SKEDSOFT

NDTMs: An NDTM is a Turing machine with nondeterminism in its finite-state control, much like we have seen for earlier machine types such as PDAs. To motivate the incorporation of nondeterminism into Turing machines, consider a problem such as determining whether an undirected graph G has a clique (a completely connected subgraph) of k nodes.4 No efficient algorithm for this problem is known: all known algorithms have a worst-case exponential time complexity. Computer scientists have found that there exist thousands of problems such as this that arise in many practical contexts. They have not yet found a method to construct a polynomial algorithm for these problems. However, they have discovered another promising approach:

• They have found a way to formally define a class called “NPcomplete” such that finding a polynomial algorithm for even one of the problems in the NP-complete class will allow one to find a polynomial algorithm for all of the problems in the NP-complete class. Furthermore, most of these thousands of problems that have confounded scientists have been shown to belong to the NP-complete class.
• In short, scientists now have the strong hope of resorting to the maxim introduced in Chapter 1, namely: “solving one implies solving all,” meaning solving even one NP-complete problem using a polynomialtime algorithm will provide a polynomial-time algorithm for the thousands of known NP-complete problems.
• The aforesaid techniques rely on measuring the runtime of nondeterministic algorithms in a certain way which will be made precise in Chapter 20, but briefly consists of the following approach:
• If an NDTM can solve a certain problem P in polynomial-time, then the problem belongs to the class “NP.” If, in addition, problem P belongs to the “NP-hard” class, then this combination (being in NP and NP-hard) ensures that P is in the NP-complete class.

Guess and check: While all this may sound bizarre, the fundamental ideas are quite simple. The crux of the matter is that many problems can be solved by the “guess and check” approach. For instance, finding the prime factors of very large numbers is hard. As [98] summarizes, it was conjectured by Mersenne that 2⁶⁷ − 1 is prime. This conjecture remained open for two centuries until Frank Cole showed, in 1903, that it wasn’t; in fact, 2⁶⁷−1 = 193707721×761838257287. Therefore, if we could somehow have guessed that 193707721 and 761838257287 are the factors of 2⁶⁷ − 1, then checking the result would have been extremely easy! The
surprising thing is that there are two gradations of “difficulty” among problems for which only exponential algorithms seem to exist: those for which short guesses exist, and checking the guesses is easy, and those for which the existence of short guesses is, as yet, unknown.

To sum up:

• If, for a problem p, we can generate a “short guess” and check the guess efficiently, then p belongs to the class NP. Clique is in NP (as we will see in more detail in the next chapter) because a “guess” will be short (simply write out k of the graph nodes) and the “check” is easy (see if these nodes include a k-clique).
• If a problem is NP-complete, it is believed to be unlikely that it will have a polynomial algorithm, although this issue is open.
• Problems for which the guesses are not short, and also checking guesses is not easy, do not belong to NP. Hence, these problems are thought to be much harder to solve.
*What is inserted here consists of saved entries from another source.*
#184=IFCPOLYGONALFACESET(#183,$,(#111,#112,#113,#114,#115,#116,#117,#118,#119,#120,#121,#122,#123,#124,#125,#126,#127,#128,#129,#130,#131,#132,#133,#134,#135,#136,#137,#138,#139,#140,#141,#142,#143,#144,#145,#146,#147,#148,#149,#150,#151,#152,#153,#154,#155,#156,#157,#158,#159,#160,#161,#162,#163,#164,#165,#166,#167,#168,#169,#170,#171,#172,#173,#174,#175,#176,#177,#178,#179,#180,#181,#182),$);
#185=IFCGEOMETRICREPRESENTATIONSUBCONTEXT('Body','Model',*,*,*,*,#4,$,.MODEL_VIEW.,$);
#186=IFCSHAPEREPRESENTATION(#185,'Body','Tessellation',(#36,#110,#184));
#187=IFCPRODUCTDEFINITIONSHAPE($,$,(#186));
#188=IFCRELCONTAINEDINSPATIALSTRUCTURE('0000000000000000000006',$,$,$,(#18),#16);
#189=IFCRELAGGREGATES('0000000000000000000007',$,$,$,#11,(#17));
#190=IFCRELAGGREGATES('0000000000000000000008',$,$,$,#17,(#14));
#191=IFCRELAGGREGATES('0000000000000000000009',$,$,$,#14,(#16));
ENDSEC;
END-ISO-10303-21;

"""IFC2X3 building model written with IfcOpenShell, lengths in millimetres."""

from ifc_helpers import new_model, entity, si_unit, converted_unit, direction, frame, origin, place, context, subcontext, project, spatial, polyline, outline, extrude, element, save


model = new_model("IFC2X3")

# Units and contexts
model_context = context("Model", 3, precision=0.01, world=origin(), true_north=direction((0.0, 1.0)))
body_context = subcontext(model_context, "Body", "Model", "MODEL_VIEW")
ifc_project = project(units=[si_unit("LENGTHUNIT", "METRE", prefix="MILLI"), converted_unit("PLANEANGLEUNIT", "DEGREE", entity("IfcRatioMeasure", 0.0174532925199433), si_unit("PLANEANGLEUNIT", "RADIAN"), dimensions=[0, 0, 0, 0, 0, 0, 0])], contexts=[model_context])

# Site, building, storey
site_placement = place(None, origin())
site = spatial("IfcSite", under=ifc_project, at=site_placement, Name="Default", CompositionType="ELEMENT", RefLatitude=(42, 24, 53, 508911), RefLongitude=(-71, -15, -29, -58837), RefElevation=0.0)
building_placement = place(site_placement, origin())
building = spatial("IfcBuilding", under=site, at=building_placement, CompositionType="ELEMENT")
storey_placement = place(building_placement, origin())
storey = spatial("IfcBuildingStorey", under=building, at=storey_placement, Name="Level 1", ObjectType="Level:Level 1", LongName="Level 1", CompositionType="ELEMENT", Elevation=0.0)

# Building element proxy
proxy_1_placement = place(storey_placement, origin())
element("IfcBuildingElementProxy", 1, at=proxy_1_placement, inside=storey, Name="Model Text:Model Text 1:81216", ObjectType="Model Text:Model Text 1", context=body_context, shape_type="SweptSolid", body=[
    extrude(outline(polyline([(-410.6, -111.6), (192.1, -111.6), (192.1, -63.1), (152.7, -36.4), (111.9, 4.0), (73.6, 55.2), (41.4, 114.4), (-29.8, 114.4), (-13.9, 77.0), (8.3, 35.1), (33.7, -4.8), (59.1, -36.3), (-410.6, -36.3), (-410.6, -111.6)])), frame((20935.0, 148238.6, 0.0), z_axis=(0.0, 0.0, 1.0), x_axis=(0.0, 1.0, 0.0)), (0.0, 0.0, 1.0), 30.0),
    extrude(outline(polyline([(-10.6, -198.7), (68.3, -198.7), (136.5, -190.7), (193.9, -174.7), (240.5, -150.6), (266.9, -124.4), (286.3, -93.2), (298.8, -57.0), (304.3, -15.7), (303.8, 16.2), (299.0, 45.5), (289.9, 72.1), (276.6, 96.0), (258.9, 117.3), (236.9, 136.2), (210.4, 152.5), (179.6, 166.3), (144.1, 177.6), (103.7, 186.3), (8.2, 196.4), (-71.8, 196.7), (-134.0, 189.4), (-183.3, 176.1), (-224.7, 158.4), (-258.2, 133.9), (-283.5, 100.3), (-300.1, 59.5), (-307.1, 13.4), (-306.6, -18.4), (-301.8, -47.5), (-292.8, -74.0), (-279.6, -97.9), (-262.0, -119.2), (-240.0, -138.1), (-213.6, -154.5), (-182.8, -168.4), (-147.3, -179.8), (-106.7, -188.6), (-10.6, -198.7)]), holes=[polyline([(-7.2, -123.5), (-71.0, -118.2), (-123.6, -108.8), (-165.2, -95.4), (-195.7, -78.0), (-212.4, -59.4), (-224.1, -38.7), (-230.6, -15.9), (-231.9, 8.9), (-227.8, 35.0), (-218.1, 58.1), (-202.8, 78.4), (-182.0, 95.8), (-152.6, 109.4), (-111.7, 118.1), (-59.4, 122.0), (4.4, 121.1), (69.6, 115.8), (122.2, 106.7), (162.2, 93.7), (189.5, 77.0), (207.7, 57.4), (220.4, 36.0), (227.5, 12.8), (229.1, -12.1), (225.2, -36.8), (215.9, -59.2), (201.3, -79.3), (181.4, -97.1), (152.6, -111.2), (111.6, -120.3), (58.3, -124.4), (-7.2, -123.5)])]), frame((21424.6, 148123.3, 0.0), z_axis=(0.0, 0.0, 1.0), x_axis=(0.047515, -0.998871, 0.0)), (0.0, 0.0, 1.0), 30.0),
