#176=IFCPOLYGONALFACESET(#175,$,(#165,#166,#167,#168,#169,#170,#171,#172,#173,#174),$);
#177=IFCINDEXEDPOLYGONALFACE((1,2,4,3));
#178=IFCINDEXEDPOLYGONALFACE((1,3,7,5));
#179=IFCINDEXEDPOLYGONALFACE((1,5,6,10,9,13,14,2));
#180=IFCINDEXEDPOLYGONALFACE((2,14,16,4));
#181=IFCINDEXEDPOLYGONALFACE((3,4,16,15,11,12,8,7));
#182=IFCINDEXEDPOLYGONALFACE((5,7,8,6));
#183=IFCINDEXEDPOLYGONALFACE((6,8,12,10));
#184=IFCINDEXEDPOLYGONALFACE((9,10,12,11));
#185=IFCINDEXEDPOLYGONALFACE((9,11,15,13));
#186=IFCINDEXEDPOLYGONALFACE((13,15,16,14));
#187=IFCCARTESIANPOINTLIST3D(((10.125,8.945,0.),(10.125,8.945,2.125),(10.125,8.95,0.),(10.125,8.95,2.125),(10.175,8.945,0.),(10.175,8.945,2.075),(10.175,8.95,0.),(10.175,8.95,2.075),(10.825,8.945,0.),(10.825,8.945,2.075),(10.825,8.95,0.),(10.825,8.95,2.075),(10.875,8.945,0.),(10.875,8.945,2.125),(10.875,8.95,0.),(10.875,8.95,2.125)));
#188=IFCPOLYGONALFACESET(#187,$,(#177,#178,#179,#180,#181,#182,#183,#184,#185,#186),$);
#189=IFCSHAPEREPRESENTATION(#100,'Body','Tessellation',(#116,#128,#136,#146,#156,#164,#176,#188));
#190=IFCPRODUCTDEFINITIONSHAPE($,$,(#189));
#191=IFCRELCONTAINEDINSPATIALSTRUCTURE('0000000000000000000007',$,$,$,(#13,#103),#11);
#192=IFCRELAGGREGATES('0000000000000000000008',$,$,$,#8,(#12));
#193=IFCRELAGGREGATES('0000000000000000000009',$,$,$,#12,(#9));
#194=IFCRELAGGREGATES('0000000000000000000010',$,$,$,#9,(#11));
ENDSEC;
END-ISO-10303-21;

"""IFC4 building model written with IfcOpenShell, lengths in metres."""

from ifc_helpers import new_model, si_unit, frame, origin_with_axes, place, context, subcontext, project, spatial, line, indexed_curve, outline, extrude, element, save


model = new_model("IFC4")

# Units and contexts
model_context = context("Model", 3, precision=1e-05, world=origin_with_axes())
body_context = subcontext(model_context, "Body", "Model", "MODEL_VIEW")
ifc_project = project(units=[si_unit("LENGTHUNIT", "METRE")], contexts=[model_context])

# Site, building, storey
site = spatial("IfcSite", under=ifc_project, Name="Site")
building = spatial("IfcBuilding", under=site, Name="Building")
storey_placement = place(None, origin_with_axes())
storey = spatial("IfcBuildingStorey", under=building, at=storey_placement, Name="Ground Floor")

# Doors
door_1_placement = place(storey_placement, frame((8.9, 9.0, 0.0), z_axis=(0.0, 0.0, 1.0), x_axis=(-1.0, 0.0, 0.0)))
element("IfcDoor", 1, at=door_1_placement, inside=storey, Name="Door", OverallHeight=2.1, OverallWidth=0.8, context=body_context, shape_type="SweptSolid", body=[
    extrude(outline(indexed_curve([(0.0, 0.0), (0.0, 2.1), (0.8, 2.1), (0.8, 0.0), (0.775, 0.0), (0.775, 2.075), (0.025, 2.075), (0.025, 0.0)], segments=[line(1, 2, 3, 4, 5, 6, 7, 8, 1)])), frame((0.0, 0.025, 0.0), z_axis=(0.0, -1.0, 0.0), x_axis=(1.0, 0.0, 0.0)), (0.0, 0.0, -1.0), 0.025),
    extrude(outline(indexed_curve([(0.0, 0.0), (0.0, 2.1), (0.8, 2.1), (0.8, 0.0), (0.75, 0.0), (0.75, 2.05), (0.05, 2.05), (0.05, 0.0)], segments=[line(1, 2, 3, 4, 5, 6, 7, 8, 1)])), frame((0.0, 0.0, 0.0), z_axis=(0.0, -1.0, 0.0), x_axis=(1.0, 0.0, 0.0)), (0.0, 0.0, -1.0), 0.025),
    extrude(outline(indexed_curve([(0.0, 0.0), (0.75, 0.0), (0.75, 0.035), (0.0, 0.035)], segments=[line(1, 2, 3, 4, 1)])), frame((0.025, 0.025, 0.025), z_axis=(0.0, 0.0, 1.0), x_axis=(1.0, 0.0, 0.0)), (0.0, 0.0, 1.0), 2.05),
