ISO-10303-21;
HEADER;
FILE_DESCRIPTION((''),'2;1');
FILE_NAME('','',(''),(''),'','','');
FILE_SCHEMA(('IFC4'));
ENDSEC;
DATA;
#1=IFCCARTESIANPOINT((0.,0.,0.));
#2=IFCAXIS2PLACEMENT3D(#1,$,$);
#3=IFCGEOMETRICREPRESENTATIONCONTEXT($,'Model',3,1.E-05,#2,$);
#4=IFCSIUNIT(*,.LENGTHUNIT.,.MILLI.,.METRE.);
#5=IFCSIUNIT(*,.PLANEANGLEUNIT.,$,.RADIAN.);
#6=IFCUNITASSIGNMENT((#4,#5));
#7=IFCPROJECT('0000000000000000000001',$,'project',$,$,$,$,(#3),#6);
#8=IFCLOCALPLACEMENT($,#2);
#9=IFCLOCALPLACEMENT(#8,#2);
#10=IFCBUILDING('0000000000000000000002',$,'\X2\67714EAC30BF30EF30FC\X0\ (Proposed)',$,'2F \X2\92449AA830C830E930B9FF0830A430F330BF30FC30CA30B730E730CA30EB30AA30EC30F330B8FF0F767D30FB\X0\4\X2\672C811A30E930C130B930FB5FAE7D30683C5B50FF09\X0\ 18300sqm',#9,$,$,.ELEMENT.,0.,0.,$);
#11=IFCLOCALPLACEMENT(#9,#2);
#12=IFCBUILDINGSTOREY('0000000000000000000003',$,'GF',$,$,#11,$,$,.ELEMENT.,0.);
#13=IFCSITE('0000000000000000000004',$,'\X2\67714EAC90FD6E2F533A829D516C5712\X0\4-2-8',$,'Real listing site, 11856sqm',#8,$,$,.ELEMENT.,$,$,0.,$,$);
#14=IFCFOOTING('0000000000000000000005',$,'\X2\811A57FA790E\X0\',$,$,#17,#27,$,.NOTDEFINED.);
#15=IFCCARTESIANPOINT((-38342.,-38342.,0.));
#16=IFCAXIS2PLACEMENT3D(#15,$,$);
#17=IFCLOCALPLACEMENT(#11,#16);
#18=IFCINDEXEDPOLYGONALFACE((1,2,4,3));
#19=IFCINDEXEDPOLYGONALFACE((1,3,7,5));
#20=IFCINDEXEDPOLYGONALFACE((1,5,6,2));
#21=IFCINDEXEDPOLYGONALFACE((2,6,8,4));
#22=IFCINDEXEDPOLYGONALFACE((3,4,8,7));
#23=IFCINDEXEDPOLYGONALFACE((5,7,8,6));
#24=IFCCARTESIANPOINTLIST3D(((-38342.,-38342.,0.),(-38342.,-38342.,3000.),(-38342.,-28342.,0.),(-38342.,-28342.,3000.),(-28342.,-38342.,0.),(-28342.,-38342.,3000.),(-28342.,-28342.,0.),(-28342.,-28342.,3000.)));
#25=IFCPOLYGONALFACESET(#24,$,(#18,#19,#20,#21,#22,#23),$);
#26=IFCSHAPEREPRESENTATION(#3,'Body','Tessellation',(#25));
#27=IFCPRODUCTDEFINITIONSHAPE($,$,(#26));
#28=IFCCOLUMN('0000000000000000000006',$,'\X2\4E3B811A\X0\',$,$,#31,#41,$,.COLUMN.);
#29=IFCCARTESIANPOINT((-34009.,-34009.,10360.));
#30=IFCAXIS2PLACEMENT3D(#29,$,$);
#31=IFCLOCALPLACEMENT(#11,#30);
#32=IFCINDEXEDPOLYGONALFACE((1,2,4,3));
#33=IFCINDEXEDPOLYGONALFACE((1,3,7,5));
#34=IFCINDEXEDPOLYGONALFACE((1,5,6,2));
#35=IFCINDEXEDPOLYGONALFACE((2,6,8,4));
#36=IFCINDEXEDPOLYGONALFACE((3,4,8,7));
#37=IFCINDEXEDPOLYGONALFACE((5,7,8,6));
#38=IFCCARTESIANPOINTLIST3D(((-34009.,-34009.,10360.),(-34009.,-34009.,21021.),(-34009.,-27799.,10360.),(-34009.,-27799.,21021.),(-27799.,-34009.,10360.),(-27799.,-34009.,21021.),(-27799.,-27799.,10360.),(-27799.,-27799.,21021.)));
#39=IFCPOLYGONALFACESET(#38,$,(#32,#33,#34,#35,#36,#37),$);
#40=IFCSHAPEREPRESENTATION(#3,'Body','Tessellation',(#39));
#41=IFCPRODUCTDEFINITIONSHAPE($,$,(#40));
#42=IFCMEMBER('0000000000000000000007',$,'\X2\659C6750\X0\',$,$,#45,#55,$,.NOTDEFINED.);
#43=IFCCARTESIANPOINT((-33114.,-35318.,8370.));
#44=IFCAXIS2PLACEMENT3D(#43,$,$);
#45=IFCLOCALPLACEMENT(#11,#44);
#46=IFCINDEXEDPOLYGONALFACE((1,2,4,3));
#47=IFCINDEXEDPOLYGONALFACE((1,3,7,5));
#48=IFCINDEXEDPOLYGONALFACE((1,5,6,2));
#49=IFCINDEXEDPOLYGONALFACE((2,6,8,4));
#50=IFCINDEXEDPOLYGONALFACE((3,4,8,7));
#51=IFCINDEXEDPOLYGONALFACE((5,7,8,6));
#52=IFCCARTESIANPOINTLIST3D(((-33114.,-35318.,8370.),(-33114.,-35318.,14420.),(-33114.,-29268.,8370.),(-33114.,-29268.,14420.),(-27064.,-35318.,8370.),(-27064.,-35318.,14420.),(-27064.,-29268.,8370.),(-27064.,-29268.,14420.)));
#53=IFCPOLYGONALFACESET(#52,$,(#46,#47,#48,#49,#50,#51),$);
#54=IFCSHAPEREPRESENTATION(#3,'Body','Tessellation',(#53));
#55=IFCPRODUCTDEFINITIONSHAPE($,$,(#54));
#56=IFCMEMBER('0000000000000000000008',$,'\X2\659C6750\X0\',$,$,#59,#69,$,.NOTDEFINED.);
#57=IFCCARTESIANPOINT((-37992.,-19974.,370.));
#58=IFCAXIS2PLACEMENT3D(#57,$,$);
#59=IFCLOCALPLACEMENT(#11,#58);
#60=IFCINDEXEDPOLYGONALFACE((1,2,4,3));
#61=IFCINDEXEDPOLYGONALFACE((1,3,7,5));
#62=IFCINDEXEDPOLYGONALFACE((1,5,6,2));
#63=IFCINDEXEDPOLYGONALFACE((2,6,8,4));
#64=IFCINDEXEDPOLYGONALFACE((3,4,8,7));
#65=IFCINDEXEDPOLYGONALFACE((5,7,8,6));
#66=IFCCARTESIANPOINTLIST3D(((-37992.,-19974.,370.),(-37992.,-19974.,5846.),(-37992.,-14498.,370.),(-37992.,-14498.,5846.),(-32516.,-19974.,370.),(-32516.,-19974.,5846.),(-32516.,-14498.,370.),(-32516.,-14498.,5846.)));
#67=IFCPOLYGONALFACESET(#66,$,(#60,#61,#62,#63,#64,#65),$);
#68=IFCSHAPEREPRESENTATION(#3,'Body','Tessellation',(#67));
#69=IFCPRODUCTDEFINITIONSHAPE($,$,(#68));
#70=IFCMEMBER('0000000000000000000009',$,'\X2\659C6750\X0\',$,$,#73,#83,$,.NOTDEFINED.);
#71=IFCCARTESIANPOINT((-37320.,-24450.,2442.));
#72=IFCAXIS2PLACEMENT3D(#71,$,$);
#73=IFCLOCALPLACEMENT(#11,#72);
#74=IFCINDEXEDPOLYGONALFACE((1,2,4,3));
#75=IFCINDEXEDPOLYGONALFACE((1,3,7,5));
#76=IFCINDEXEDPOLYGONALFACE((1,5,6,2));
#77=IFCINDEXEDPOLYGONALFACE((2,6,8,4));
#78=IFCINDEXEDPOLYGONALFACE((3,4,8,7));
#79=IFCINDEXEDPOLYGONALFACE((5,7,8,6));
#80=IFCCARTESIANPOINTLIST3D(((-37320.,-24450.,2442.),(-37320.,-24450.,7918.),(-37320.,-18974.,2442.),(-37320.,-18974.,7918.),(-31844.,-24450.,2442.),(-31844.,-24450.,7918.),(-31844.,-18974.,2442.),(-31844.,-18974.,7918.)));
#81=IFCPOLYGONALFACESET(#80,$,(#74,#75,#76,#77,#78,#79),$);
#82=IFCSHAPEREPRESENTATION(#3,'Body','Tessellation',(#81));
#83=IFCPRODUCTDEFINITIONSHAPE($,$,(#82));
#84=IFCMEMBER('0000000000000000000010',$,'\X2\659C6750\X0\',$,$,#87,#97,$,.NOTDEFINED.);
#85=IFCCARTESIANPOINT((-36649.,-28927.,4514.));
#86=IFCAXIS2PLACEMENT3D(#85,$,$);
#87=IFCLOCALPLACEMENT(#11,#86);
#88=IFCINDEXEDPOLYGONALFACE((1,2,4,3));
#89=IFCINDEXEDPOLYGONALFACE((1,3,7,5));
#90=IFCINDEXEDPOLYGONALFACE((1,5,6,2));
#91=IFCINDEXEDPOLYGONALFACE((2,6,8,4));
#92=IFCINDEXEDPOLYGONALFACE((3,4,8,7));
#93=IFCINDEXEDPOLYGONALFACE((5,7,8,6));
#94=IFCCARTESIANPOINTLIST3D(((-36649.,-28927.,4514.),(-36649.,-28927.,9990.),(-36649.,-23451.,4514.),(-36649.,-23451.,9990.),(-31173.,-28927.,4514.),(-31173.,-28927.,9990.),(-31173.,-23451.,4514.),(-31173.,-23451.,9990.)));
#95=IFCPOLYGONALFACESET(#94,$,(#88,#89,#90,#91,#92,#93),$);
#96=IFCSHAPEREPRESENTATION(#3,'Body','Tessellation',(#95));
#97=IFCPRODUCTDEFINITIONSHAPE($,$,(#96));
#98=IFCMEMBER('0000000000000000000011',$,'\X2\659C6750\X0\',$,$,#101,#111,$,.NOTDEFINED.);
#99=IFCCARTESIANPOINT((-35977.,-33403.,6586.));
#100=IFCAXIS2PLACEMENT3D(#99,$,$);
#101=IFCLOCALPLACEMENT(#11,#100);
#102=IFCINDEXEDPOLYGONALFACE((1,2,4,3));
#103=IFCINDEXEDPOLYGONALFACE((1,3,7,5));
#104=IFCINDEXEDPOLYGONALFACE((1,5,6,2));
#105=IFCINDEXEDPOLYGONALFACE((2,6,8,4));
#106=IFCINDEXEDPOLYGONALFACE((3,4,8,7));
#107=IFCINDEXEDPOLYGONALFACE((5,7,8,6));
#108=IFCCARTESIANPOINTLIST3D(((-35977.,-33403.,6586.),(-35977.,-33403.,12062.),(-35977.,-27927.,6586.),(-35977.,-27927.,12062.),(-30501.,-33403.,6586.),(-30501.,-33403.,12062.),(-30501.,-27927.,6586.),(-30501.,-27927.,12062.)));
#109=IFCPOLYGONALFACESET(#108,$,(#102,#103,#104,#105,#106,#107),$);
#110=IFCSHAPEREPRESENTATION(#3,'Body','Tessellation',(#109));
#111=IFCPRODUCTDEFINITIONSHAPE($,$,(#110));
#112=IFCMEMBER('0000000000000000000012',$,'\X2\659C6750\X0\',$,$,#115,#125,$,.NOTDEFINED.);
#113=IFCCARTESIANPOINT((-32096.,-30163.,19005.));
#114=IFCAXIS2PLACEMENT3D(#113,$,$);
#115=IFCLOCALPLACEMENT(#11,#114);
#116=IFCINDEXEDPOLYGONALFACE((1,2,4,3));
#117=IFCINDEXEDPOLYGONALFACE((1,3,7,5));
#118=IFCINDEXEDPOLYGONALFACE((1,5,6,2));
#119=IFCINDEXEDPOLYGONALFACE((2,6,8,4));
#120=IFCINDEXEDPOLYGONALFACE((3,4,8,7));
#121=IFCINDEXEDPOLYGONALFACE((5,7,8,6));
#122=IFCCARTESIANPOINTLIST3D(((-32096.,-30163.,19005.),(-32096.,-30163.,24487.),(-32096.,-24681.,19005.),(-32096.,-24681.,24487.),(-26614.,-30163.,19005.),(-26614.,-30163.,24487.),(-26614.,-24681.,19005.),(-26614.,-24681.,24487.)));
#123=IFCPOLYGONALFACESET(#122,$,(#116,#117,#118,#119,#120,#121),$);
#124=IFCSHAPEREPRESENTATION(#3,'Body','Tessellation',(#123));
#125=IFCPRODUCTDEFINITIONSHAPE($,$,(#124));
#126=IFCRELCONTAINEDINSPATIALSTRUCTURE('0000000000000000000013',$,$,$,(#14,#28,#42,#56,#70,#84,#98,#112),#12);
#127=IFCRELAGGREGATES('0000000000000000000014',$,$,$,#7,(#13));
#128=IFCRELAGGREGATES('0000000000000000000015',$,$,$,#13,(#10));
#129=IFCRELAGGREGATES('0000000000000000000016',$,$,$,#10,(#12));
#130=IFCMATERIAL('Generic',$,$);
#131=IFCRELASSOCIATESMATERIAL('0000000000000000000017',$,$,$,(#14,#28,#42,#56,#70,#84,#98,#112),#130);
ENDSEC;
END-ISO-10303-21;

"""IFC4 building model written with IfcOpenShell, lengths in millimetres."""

from ifc_helpers import new_model, si_unit, frame, frame_2d, origin, place, context, project, spatial, rectangle, extrude, material, element, save


model = new_model("IFC4")

# Units and contexts
model_context = context("Model", 3, precision=1e-05, world=origin())
ifc_project = project(units=[si_unit("LENGTHUNIT", "METRE", prefix="MILLI"), si_unit("PLANEANGLEUNIT", "RADIAN")], contexts=[model_context])

# Site, building, storey
site_placement = place(None, origin())
site = spatial("IfcSite", under=ifc_project, at=site_placement, Name="東京都港区芝公園4-2-8", ObjectType="Real listing site, 11856sqm", CompositionType="ELEMENT", RefElevation=0.0)
building_placement = place(site_placement, origin())
building = spatial("IfcBuilding", under=site, at=building_placement, Name="東京タワー (Proposed)", ObjectType="2F 鉄骨トラス（インターナショナルオレンジ／白・4本脚ラチス・微細格子） 18300sqm", CompositionType="ELEMENT", ElevationOfRefHeight=0.0, ElevationOfTerrain=0.0)
storey_placement = place(building_placement, origin())
storey = spatial("IfcBuildingStorey", under=building, at=storey_placement, Name="GF", CompositionType="ELEMENT", Elevation=0.0)

# Footing
ifc_material = material(Name="Generic")
footing_placement = place(storey_placement, frame((-38342.0, -38342.0, 0.0)))
element("IfcFooting", 1, at=footing_placement, inside=storey, material=ifc_material, Name="脚基礎", PredefinedType="NOTDEFINED", context=model_context, shape_type="SweptSolid", body=[
    extrude(rectangle(XDim=10000.0, YDim=10000.0, at=frame_2d((5000.0, 5000.0))), frame((-38342.0, -38342.0, 0.0)), (0.0, 0.0, 1.0), 3000.0),
])

# Column
column_1_placement = place(storey_placement, frame((-34009.0, -34009.0, 10360.0)))
element("IfcColumn", 2, at=column_1_placement, inside=storey, material=ifc_material, Name="主脚", PredefinedType="COLUMN", context=model_context, shape_type="SweptSolid", body=[
    extrude(rectangle(XDim=6210.0, YDim=6210.0, at=frame_2d((3105.0, 3105.0))), frame((-34009.0, -34009.0, 10360.0)), (0.0, 0.0, 1.0), 10661.0),
])

# Members
member_1_placement = place(storey_placement, frame((-33114.0, -35318.0, 8370.0)))
element("IfcMember", 3, at=member_1_placement, inside=storey, material=ifc_material, Name="斜材", PredefinedType="NOTDEFINED", context=model_context, shape_type="SweptSolid", body=[
    extrude(rectangle(XDim=6050.0, YDim=6050.0, at=frame_2d((3025.0, 3025.0))), frame((-33114.0, -35318.0, 8370.0)), (0.0, 0.0, 1.0), 6050.0),
])
member_2_placement = place(storey_placement, frame((-37992.0, -19974.0, 370.0)))
element("IfcMember", 4, at=member_2_placement, inside=storey, material=ifc_material, Name="斜材", PredefinedType="NOTDEFINED", context=model_context, shape_type="SweptSolid", body=[
    extrude(rectangle(XDim=5476.0, YDim=5476.0, at=frame_2d((2738.0, 2738.0))), frame((-37992.0, -19974.0, 370.0)), (0.0, 0.0, 1.0), 5476.0),
])
member_3_placement = place(storey_placement, frame((-37320.0, -24450.0, 2442.0)))
element("IfcMember", 5, at=member_3_placement, inside=storey, material=ifc_material, Name="斜材", PredefinedType="NOTDEFINED", context=model_context, shape_type="SweptSolid", body=[
    extrude(rectangle(XDim=5476.0, YDim=5476.0, at=frame_2d((2738.0, 2738.0))), frame((-37320.0, -24450.0, 2442.0)), (0.0, 0.0, 1.0), 5476.0),
])
member_4_placement = place(storey_placement, frame((-36649.0, -28927.0, 4514.0)))
element("IfcMember", 6, at=member_4_placement, inside=storey, material=ifc_material, Name="斜材", PredefinedType="NOTDEFINED", context=model_context, shape_type="SweptSolid", body=[
    extrude(rectangle(XDim=5476.0, YDim=5476.0, at=frame_2d((2738.0, 2738.0))), frame((-36649.0, -28927.0, 4514.0)), (0.0, 0.0, 1.0), 5476.0),
])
For instance, Clique is the problem: “the given graph does not have a k-clique.” There is no known way to produce a succinct guess of a solution for this problem, let alone check the guess efficiently. Every purported solution that a graph does not have a k-clique seems to warrant providing a guess of a solution of the form, “this set of k nodes does not span a clique; neither does this other set of k nodes; etc. etc.” This may, however, end up enumerating all k-node combinations, which are exponential in number.
NDTMs are machines that make the study of complexity theory in the above-listed manner possible. Their use in defining complexityclasses such as NP-hard and NP-complete forms the main hope for finding efficient algorithms for thousands of naturally occurring NPcomplete problems—or to prove that such algorithms cannot exist.

An NDTM for ww: In Figure 15.3, we provide a nondeterministic Turing machine for the language of strings of the form ww, where w ∈ Σ∗. Letter ‘S’ in the edge
from q0 to q2 means that the head stays where it is (can be simulated by an R followed by an L). This TM has to “guess” the midpoint; this happens in the initial nondeterministic loop situated at state q2. Notice that the Turing machine can stay in q2, skipping over the 0s and 1s or exit to state q3, replacing a 0 with an X or a 1 with a Y. This is how the Turing machine decides the midpoint; after this step, the Turing machine zigzags and tries to match and score off around the assumed midpoint. Any wrong guess causes this check phase to fail. One guess is guaranteed to win if, indeed, the input is of the form ww. The animation of this NDTM in action using JFLAP would be highly intuitive, and the reader is strongly urged to do so.